● **Records for the exercise**:
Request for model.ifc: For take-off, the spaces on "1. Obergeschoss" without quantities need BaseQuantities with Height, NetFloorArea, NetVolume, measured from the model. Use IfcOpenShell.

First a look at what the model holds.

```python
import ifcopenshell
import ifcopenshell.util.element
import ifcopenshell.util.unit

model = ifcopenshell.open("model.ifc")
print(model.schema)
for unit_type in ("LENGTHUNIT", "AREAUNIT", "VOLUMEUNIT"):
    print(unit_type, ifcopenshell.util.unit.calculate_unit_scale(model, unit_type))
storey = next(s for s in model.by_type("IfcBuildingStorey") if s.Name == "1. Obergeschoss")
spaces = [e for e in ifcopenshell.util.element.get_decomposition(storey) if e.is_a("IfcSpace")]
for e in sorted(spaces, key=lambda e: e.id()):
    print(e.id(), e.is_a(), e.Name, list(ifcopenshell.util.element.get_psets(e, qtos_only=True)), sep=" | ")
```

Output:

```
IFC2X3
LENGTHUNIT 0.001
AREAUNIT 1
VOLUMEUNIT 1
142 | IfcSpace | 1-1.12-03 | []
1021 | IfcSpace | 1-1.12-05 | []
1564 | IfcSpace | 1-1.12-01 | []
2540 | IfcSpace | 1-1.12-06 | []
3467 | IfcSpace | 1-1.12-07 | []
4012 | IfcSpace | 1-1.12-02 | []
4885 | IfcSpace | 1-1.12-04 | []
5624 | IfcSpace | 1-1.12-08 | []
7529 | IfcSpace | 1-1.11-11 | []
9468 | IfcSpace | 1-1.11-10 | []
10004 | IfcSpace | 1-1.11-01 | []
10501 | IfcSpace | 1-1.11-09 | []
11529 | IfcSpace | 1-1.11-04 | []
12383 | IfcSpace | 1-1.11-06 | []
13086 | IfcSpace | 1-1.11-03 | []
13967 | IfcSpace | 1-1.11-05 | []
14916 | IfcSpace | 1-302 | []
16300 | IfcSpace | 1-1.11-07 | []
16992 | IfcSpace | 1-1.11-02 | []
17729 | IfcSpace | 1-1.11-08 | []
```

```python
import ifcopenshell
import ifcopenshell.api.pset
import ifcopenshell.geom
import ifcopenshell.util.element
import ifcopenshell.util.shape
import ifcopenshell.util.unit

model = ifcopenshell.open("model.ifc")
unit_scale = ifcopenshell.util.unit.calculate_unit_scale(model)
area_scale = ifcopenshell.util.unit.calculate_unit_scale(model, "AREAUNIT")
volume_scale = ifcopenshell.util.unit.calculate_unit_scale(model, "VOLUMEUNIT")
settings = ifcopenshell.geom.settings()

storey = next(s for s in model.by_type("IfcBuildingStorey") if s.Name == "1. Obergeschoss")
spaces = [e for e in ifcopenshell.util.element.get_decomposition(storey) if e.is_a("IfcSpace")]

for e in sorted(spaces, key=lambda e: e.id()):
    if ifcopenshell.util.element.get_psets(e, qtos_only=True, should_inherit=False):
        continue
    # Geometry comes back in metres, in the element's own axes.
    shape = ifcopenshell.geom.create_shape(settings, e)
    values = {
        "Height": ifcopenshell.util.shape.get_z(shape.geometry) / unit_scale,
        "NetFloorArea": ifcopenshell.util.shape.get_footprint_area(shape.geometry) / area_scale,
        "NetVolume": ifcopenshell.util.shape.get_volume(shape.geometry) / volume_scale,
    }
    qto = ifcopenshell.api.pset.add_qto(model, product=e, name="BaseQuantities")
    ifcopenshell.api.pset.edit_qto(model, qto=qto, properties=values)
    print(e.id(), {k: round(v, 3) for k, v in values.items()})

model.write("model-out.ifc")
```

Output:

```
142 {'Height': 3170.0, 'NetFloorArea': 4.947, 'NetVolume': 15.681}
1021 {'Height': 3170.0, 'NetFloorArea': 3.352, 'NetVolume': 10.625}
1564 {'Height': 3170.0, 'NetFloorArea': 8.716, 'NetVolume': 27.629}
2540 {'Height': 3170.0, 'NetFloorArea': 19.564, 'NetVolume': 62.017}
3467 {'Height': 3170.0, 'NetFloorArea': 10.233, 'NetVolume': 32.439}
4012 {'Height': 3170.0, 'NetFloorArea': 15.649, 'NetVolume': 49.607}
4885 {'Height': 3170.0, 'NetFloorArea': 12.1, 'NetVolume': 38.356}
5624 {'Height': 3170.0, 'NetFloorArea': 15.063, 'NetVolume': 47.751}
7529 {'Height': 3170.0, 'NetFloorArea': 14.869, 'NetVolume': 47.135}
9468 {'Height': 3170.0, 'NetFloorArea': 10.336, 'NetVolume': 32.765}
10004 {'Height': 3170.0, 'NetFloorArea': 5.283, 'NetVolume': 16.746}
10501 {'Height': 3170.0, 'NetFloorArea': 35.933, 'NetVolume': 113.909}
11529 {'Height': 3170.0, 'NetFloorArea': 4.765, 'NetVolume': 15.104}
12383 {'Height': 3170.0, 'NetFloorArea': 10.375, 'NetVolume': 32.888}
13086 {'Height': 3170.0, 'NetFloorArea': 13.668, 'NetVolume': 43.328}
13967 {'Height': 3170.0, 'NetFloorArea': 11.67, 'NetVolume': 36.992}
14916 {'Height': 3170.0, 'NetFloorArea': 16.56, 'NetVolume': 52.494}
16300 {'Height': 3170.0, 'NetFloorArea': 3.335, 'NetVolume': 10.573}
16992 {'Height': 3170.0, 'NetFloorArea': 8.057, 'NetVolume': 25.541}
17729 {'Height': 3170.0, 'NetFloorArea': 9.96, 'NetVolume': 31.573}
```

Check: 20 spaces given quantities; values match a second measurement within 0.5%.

● **Problem**:
Every line of the material must be returned exactly as it appears.

● **Task output**:
Request for model.ifc: For take-off, the spaces on "1. Obergeschoss" without quantities need BaseQuantities with Height, NetFloorArea, NetVolume, measured from the model. Use IfcOpenShell.

First a look at what the model holds.

```python
import ifcopenshell
import ifcopenshell.util.element
import ifcopenshell.util.unit

model = ifcopenshell.open("model.ifc")
print(model.schema)
for unit_type in ("LENGTHUNIT", "AREAUNIT", "VOLUMEUNIT"):
    print(unit_type, ifcopenshell.util.unit.calculate_unit_scale(model, unit_type))
storey = next(s for s in model.by_type("IfcBuildingStorey") if s.Name == "1. Obergeschoss")
spaces = [e for e in ifcopenshell.util.element.get_decomposition(storey) if e.is_a("IfcSpace")]
for e in sorted(spaces, key=lambda e: e.id()):
    print(e.id(), e.is_a(), e.Name, list(ifcopenshell.util.element.get_psets(e, qtos_only=True)), sep=" | ")
```

Output:

```
IFC2X3
LENGTHUNIT 0.001
AREAUNIT 1
VOLUMEUNIT 1
142 | IfcSpace | 1-1.12-03 | []
1021 | IfcSpace | 1-1.12-05 | []
1564 | IfcSpace | 1-1.12-01 | []
2540 | IfcSpace | 1-1.12-06 | []
3467 | IfcSpace | 1-1.12-07 | []
4012 | IfcSpace | 1-1.12-02 | []
4885 | IfcSpace | 1-1.12-04 | []
5624 | IfcSpace | 1-1.12-08 | []
7529 | IfcSpace | 1-1.11-11 | []
9468 | IfcSpace | 1-1.11-10 | []
10004 | IfcSpace | 1-1.11-01 | []
10501 | IfcSpace | 1-1.11-09 | []
11529 | IfcSpace | 1-1.11-04 | []
12383 | IfcSpace | 1-1.11-06 | []
13086 | IfcSpace | 1-1.11-03 | []
13967 | IfcSpace | 1-1.11-05 | []
14916 | IfcSpace | 1-302 | []
16300 | IfcSpace | 1-1.11-07 | []
16992 | IfcSpace | 1-1.11-02 | []
17729 | IfcSpace | 1-1.11-08 | []
```

```python
import ifcopenshell
import ifcopenshell.api.pset
import ifcopenshell.geom
import ifcopenshell.util.element
import ifcopenshell.util.shape
import ifcopenshell.util.unit

model = ifcopenshell.open("model.ifc")
unit_scale = ifcopenshell.util.unit.calculate_unit_scale(model)
area_scale = ifcopenshell.util.unit.calculate_unit_scale(model, "AREAUNIT")
volume_scale = ifcopenshell.util.unit.calculate_unit_scale(model, "VOLUMEUNIT")
settings = ifcopenshell.geom.settings()

storey = next(s for s in model.by_type("IfcBuildingStorey") if s.Name == "1. Obergeschoss")
spaces = [e for e in ifcopenshell.util.element.get_decomposition(storey) if e.is_a("IfcSpace")]

for e in sorted(spaces, key=lambda e: e.id()):
    if ifcopenshell.util.element.get_psets(e, qtos_only=True, should_inherit=False):
        continue
    # Geometry comes back in metres, in the element's own axes.
    shape = ifcopenshell.geom.create_shape(settings, e)
    values = {
        "Height": ifcopenshell.util.shape.get_z(shape.geometry) / unit_scale,
        "NetFloorArea": ifcopenshell.util.shape.get_footprint_area(shape.geometry) / area_scale,
        "NetVolume": ifcopenshell.util.shape.get_volume(shape.geometry) / volume_scale,
    }
    qto = ifcopenshell.api.pset.add_qto(model, product=e, name="BaseQuantities")
    ifcopenshell.api.pset.edit_qto(model, qto=qto, properties=values)
    print(e.id(), {k: round(v, 3) for k, v in values.items()})

model.write("model-out.ifc")
```

Output:

```
142 {'Height': 3170.0, 'NetFloorArea': 4.947, 'NetVolume': 15.681}
1021 {'Height': 3170.0, 'NetFloorArea': 3.352, 'NetVolume': 10.625}
1564 {'Height': 3170.0, 'NetFloorArea': 8.716, 'NetVolume': 27.629}
2540 {'Height': 3170.0, 'NetFloorArea': 19.564, 'NetVolume': 62.017}
3467 {'Height': 3170.0, 'NetFloorArea': 10.233, 'NetVolume': 32.439}
4012 {'Height': 3170.0, 'NetFloorArea': 15.649, 'NetVolume': 49.607}
4885 {'Height': 3170.0, 'NetFloorArea': 12.1, 'NetVolume': 38.356}
5624 {'Height': 3170.0, 'NetFloorArea': 15.063, 'NetVolume': 47.751}
7529 {'Height': 3170.0, 'NetFloorArea': 14.869, 'NetVolume': 47.135}
9468 {'Height': 3170.0, 'NetFloorArea': 10.336, 'NetVolume': 32.765}
10004 {'Height': 3170.0, 'NetFloorArea': 5.283, 'NetVolume': 16.746}
10501 {'Height': 3170.0, 'NetFloorArea': 35.933, 'NetVolume': 113.909}
11529 {'Height': 3170.0, 'NetFloorArea': 4.765, 'NetVolume': 15.104}
12383 {'Height': 3170.0, 'NetFloorArea': 10.375, 'NetVolume': 32.888}
13086 {'Height': 3170.0, 'NetFloorArea': 13.668, 'NetVolume': 43.328}
13967 {'Height': 3170.0, 'NetFloorArea': 11.67, 'NetVolume': 36.992}
14916 {'Height': 3170.0, 'NetFloorArea': 16.56, 'NetVolume': 52.494}
16300 {'Height': 3170.0, 'NetFloorArea': 3.335, 'NetVolume': 10.573}
16992 {'Height': 3170.0, 'NetFloorArea': 8.057, 'NetVolume': 25.541}
17729 {'Height': 3170.0, 'NetFloorArea': 9.96, 'NetVolume': 31.573}
```

Check: 20 spaces given quantities; values match a second measurement within 0.5%.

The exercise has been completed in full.